*** Excerpted records ***

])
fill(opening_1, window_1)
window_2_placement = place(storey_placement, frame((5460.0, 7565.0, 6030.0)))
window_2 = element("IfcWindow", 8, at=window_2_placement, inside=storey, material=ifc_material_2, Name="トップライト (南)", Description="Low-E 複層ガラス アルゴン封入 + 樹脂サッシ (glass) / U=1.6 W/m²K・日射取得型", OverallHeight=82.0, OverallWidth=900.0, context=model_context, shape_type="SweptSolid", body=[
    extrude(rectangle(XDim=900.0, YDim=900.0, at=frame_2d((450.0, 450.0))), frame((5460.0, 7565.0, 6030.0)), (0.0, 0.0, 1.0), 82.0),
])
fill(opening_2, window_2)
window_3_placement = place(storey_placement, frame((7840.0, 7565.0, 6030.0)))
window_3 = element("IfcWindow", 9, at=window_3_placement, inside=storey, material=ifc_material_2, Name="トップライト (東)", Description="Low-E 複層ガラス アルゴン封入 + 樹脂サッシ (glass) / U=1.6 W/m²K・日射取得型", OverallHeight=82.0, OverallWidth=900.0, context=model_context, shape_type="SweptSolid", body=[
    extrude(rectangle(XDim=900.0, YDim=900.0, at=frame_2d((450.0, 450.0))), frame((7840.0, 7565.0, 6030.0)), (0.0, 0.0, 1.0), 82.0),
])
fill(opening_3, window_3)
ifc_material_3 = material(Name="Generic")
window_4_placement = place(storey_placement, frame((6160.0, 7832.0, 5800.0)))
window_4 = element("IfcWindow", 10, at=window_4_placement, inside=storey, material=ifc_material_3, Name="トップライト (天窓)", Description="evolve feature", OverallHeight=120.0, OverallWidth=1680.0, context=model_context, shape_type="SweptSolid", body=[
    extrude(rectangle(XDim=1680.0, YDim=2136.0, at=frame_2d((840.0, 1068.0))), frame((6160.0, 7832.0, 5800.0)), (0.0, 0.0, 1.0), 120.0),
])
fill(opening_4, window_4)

*** End of Excerpted records ***

### What the task requires
Each line of the material above must be retyped precisely.

### Expected answer
])
fill(opening_1, window_1)
window_2_placement = place(storey_placement, frame((5460.0, 7565.0, 6030.0)))
window_2 = element("IfcWindow", 8, at=window_2_placement, inside=storey, material=ifc_material_2, Name="トップライト (南)", Description="Low-E 複層ガラス アルゴン封入 + 樹脂サッシ (glass) / U=1.6 W/m²K・日射取得型", OverallHeight=82.0, OverallWidth=900.0, context=model_context, shape_type="SweptSolid", body=[
    extrude(rectangle(XDim=900.0, YDim=900.0, at=frame_2d((450.0, 450.0))), frame((5460.0, 7565.0, 6030.0)), (0.0, 0.0, 1.0), 82.0),
])
fill(opening_2, window_2)
window_3_placement = place(storey_placement, frame((7840.0, 7565.0, 6030.0)))
window_3 = element("IfcWindow", 9, at=window_3_placement, inside=storey, material=ifc_material_2, Name="トップライト (東)", Description="Low-E 複層ガラス アルゴン封入 + 樹脂サッシ (glass) / U=1.6 W/m²K・日射取得型", OverallHeight=82.0, OverallWidth=900.0, context=model_context, shape_type="SweptSolid", body=[
    extrude(rectangle(XDim=900.0, YDim=900.0, at=frame_2d((450.0, 450.0))), frame((7840.0, 7565.0, 6030.0)), (0.0, 0.0, 1.0), 82.0),
])
fill(opening_3, window_3)
ifc_material_3 = material(Name="Generic")
window_4_placement = place(storey_placement, frame((6160.0, 7832.0, 5800.0)))
window_4 = element("IfcWindow", 10, at=window_4_placement, inside=storey, material=ifc_material_3, Name="トップライト (天窓)", Description="evolve feature", OverallHeight=120.0, OverallWidth=1680.0, context=model_context, shape_type="SweptSolid", body=[
    extrude(rectangle(XDim=1680.0, YDim=2136.0, at=frame_2d((840.0, 1068.0))), frame((6160.0, 7832.0, 5800.0)), (0.0, 0.0, 1.0), 120.0),
])
fill(opening_4, window_4)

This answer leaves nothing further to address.